Под звон литавр и пушек гром,

Германию бы превратили

В огромный сумасшедший дом.

…………………………………..

Когда бы вдруг мы победили,

Мы стали б выше прочих рас:

От мира бы отгородили

Колючей проволокой нас.

 

Когда бы вдруг мы победили,

Все страны разгромив подряд,

 

- 96 -

В стране настало б изобилье...

Кретинов, холуев, солдат.

………………………….

Тогда б всех мыслящих судили,

И тюрьмы были бы полны,

…………………………….

Когда б мы только победили...

Но, к счастью, мы — побеждены .

Написано о послекайзеровской Германии. Они — побеждены, а мы в этой войне — победители. Так вот, Б.Л. временами казалось, что многие из гипотетических бед той несостоявшейся победы — состоялись после победы нашей, и состоялись у нас...

Тщетность ожидания благих перемен мы почувствовали прежде всего на литературе и искусстве. После ряда выступлений и указаний "корифея" по вопросам искусства и истории тучи начали сгущаться и непосредственно над Б.Л. Его имя стали поносить на разных литературных собраниях, а на совещании молодых писателей на него с резкой речью обрушился Фадеев.
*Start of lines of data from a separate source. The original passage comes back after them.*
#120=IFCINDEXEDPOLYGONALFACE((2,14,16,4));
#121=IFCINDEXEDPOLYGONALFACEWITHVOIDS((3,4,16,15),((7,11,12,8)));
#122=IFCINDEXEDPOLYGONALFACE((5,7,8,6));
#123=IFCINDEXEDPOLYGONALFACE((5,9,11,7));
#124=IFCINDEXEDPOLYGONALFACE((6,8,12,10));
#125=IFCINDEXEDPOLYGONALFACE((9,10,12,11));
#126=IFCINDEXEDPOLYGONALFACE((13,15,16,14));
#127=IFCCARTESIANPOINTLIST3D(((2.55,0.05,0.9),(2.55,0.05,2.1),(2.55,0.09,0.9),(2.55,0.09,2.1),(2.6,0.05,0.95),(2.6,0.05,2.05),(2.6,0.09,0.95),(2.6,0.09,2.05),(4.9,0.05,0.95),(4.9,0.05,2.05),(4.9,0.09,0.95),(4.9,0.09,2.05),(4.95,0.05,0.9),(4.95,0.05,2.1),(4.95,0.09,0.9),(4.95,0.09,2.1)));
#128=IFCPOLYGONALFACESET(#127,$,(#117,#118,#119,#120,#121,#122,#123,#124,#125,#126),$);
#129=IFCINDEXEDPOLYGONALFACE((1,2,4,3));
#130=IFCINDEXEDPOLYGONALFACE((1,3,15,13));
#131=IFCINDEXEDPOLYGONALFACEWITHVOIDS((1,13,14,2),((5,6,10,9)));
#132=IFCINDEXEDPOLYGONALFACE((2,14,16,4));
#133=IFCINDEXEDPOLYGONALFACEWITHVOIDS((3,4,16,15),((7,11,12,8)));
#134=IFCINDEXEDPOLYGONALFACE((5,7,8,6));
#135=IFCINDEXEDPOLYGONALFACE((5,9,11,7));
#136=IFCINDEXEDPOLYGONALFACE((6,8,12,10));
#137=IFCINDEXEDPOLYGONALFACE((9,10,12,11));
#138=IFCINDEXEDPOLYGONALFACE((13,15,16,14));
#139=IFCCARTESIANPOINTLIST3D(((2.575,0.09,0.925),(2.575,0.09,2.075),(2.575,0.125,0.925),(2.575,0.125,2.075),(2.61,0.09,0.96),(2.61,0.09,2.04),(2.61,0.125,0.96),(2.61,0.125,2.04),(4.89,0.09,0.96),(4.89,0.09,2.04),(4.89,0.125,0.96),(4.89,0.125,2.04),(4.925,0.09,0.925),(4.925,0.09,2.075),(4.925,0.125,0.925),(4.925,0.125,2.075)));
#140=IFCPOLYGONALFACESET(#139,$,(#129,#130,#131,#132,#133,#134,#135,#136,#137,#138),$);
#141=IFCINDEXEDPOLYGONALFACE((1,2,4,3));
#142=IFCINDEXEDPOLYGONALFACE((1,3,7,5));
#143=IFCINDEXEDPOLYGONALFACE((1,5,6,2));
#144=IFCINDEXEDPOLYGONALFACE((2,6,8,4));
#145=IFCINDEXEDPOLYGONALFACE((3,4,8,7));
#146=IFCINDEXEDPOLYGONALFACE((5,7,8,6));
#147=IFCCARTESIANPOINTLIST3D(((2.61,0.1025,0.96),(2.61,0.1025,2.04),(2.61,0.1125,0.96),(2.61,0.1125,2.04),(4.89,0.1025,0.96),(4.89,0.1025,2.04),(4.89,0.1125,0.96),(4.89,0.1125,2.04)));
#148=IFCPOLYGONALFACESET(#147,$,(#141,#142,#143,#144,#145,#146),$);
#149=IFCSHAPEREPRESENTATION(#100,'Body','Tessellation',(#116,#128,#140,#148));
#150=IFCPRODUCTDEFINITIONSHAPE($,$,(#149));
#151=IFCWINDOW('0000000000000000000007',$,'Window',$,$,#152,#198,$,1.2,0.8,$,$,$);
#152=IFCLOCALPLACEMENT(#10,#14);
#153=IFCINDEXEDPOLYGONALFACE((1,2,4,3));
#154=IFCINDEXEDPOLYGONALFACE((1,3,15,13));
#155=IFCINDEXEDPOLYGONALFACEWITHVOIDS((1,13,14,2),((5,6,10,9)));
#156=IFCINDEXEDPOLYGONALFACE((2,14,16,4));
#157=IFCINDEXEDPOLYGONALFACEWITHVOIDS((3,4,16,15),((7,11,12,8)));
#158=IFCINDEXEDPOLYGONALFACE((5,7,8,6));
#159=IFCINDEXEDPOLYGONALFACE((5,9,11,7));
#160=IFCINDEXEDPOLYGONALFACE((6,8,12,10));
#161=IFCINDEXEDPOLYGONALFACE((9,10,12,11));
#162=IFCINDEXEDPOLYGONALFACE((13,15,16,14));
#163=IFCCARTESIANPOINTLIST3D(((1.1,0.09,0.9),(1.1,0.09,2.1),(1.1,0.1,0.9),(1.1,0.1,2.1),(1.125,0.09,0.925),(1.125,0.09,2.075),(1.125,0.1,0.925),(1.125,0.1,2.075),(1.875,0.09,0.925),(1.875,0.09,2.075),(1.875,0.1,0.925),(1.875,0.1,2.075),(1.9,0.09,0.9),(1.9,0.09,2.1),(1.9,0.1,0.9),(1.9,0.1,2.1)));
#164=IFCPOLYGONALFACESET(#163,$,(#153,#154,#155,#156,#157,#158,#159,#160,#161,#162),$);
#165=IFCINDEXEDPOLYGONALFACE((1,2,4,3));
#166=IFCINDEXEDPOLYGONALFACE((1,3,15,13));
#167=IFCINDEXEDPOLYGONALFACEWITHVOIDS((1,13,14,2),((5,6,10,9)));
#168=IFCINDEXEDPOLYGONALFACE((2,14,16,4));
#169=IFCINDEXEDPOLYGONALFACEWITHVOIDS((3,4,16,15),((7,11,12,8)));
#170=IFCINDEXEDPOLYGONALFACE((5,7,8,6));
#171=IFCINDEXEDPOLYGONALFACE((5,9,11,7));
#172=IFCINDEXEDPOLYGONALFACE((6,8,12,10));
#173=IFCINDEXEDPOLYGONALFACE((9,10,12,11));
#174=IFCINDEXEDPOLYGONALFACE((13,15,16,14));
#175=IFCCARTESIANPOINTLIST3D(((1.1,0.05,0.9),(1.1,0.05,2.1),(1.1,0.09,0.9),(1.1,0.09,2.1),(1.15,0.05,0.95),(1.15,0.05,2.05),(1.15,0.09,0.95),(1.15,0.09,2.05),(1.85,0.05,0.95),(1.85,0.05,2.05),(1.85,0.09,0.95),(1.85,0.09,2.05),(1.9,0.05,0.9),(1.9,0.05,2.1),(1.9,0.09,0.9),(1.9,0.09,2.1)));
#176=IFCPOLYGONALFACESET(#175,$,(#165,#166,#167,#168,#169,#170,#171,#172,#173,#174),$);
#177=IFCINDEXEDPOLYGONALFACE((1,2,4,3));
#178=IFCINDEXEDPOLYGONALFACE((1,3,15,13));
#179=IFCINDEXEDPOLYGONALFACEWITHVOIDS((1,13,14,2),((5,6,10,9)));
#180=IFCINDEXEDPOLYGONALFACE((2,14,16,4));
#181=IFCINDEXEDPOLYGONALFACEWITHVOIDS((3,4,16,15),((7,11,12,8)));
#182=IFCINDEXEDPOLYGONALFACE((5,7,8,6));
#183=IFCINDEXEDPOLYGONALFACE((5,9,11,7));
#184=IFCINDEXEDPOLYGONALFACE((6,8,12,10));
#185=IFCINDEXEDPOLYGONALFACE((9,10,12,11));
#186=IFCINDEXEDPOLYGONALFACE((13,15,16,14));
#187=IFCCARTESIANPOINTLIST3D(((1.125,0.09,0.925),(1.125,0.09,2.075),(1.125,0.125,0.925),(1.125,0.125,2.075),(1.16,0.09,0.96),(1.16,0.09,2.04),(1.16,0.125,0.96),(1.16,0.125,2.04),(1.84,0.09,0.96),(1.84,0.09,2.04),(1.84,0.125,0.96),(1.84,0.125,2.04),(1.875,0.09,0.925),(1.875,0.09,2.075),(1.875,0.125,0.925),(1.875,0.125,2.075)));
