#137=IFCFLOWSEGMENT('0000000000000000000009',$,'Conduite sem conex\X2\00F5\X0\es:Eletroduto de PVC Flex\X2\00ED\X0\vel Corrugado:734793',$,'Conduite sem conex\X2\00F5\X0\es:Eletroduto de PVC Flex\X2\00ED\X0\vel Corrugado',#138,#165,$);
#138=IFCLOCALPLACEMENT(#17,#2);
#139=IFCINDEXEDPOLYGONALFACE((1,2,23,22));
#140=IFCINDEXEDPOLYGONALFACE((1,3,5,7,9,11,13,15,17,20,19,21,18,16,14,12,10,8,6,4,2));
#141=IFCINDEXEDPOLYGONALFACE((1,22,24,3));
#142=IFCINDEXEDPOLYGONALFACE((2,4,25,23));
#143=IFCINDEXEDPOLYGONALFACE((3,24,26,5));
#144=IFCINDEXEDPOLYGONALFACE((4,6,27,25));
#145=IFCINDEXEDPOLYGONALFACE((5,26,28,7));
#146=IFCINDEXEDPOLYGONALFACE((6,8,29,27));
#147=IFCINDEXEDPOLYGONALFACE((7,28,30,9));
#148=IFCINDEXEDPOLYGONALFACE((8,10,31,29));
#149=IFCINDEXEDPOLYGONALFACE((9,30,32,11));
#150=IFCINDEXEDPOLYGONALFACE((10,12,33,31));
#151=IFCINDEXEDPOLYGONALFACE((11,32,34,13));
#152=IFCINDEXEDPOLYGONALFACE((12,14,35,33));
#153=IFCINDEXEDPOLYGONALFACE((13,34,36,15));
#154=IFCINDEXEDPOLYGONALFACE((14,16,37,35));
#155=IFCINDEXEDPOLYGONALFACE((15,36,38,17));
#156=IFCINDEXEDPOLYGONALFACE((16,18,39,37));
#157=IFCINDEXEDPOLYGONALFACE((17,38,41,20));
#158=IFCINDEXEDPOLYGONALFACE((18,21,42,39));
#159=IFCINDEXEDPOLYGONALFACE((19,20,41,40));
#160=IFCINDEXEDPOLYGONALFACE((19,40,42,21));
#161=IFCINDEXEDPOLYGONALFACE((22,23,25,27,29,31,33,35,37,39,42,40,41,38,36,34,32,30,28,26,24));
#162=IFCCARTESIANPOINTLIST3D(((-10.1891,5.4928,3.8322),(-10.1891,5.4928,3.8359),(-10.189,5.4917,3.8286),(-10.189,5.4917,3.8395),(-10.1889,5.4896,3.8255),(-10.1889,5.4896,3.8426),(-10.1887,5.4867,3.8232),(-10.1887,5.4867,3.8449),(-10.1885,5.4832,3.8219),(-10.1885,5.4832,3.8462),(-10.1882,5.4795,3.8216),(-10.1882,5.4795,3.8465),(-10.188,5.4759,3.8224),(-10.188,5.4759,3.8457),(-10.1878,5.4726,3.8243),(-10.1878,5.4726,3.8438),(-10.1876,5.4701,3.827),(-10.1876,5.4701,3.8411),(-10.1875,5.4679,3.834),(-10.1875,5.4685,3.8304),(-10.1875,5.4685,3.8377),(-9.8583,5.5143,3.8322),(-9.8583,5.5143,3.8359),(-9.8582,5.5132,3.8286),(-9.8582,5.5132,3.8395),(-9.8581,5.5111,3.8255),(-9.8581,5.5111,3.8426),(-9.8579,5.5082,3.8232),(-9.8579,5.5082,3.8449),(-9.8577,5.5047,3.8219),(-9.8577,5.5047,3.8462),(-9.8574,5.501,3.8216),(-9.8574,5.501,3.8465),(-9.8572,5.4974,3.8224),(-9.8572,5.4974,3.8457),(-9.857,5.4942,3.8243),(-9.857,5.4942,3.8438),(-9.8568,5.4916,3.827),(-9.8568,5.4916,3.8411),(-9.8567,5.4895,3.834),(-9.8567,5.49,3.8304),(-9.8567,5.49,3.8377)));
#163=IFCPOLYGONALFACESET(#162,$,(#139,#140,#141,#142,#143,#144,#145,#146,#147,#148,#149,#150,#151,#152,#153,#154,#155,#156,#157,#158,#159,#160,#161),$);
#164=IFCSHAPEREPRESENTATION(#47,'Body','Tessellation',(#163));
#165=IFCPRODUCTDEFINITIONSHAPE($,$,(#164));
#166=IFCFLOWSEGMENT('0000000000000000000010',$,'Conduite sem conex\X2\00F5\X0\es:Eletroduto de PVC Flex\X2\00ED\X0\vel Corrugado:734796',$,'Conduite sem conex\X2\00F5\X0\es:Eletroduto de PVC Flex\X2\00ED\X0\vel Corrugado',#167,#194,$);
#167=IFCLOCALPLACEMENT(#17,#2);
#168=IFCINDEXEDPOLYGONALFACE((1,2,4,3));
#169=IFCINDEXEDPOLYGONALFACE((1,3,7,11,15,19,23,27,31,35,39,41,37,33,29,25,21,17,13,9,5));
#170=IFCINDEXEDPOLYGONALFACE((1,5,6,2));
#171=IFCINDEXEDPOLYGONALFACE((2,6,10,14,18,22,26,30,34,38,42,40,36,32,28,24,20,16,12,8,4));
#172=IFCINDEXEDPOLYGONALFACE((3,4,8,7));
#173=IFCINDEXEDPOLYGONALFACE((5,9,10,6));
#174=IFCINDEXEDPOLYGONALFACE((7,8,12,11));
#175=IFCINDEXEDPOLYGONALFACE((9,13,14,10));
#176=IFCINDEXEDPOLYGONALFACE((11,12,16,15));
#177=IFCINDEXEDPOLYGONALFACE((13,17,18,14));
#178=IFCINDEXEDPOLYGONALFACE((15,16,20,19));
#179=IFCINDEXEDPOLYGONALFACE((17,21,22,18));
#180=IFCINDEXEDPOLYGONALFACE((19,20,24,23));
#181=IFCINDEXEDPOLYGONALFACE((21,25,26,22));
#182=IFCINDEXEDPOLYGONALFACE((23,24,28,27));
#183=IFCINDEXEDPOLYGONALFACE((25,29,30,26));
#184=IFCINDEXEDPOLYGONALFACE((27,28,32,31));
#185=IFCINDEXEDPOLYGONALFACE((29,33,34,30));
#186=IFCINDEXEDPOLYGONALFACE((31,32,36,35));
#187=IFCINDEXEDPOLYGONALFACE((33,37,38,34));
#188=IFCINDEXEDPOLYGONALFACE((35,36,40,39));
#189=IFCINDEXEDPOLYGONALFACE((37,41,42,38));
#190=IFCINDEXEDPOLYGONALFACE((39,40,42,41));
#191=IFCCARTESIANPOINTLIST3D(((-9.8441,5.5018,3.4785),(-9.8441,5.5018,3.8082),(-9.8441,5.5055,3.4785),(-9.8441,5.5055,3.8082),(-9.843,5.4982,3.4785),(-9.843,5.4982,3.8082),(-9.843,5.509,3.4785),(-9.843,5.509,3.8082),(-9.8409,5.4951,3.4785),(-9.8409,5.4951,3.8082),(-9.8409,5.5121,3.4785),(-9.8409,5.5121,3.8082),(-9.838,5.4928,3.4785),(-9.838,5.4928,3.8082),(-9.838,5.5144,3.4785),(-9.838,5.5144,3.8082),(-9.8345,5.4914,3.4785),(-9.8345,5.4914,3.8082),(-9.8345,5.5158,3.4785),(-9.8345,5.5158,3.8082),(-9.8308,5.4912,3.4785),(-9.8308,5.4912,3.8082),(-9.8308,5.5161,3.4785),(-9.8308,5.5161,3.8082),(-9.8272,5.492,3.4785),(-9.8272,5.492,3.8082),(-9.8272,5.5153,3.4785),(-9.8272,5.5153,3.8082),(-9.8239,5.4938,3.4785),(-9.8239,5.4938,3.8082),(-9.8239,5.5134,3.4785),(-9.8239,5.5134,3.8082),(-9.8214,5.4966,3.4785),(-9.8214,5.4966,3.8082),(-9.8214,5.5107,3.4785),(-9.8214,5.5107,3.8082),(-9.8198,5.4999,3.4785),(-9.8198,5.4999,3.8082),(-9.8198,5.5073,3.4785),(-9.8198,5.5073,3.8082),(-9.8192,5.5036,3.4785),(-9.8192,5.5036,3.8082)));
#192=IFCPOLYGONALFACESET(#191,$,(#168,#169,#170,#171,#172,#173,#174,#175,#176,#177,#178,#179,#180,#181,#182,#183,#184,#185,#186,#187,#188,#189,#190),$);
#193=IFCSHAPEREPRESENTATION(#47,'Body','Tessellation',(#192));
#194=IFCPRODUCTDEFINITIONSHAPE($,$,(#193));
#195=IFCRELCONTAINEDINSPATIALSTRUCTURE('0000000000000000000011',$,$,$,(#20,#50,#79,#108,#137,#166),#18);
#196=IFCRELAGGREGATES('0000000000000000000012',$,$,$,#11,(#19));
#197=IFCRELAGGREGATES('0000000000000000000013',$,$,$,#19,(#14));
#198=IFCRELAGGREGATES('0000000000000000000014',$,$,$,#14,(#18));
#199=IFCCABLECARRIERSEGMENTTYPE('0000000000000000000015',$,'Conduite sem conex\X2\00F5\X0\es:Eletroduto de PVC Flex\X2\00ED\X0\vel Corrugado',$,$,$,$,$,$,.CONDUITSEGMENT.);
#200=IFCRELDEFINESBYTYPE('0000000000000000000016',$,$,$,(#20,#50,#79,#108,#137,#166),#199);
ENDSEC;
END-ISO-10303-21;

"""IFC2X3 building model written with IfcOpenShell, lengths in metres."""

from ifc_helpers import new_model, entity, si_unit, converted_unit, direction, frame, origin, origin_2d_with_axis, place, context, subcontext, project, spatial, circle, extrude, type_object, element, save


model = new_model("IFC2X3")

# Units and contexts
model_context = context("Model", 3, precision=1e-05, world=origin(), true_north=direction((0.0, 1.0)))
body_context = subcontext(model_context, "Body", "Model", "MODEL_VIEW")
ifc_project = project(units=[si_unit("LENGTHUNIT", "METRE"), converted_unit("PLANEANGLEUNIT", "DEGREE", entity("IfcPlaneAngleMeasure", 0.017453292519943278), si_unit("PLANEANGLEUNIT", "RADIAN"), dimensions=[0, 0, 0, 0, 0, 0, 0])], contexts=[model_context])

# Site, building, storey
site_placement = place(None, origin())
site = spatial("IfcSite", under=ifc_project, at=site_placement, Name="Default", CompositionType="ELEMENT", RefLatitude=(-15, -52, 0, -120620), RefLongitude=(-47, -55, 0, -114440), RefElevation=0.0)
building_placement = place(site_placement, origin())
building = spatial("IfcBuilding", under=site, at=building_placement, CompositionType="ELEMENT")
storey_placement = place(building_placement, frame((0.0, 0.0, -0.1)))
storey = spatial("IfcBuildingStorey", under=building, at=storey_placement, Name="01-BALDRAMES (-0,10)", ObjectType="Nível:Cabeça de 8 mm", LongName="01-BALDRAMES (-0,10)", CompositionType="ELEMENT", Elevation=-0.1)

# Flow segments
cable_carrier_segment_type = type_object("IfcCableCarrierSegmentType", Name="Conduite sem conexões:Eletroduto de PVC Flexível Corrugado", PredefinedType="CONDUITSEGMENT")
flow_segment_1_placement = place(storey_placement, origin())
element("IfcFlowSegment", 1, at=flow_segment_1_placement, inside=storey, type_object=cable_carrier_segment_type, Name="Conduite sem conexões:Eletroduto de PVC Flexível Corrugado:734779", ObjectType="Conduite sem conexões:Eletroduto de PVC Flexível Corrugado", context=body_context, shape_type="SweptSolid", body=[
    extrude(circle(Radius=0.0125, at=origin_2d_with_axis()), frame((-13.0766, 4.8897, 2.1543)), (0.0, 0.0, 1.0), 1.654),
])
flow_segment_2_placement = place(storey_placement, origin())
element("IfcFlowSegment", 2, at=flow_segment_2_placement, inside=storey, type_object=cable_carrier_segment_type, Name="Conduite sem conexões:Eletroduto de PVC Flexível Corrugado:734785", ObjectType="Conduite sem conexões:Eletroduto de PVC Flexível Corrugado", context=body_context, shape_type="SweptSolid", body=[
Но главный удар был нанесен газетой "Культура и жизнь" от 22 марта 1947 года. Это была статья А.Суркова "О поэзии Б.Пастернака": поэт, говорилось там, "бравирует отрешенностью от современности... Занял позицию отшельника, живущего вне времени... Утверждает последовательную отрешенность поэзии от общественных человеческих эмоций... субъективно-идеалистическая позиция... проповедь условности мира... с нескрываемым восторгом отзывается о буржуазном Временном правительстве... живет в разладе с новой действительностью... с явным недоброжелательством и даже злобой отзывается о советской революции... Прямая клевета на новую действительность...". И общий категорический вывод Суркова: "Советская литература не может мириться с его поэзией".

Это была по сути не статья, а откровенный политический донос, опубликованный к тому же в центральной печати:

"В наши дни политический донос — это не столько поступок, сколько философская система", — говорил Б. Л.

Прочитав статью Суркова, Б.Л. звонил своим приятелям и даже просто знакомым и говорил:

— Вы читали, как меня публично высекли? Но ничего, я себя неплохо чувствую.

 

- 97 -

Однако подобно тому, как в средневековой Европе достаточно было объявить женщину ведьмой, чтобы ее тут же публично сожгли, в послевоенной сталинской Москве довольно было небольшой доли обвинений Суркова, чтобы человека спровадили в лагерь или уничтожили. Никто не был застрахован от страшного ярлыка "враг народа".

По Москве распространился слух, что Сталин выразил недоумение — зачем нужно МХАТу ставить "Гамлета" в переводе Пастернака. А.Гладков в книге "Встречи с Пастернаком" пишет: "Разумеется, этого было достаточно, чтобы репетиции немедленно остановились. Сталин был против "Гамлета", вероятно, потому же, почему он был против постановки "Макбета" и "Бориса Годунова" — изображение образа властителя, запятнавшего себя на пути к власти преступлением, было ему не по душе".

Но Б.Л. предвидел это заранее. Еще в 1942 г. в Чистополе он говорил:

— Если после войны все останется по-прежнему, я могу оказаться где-нибудь на севере, среди многих старых друзей, потому что больше не сумею быть не самим собой...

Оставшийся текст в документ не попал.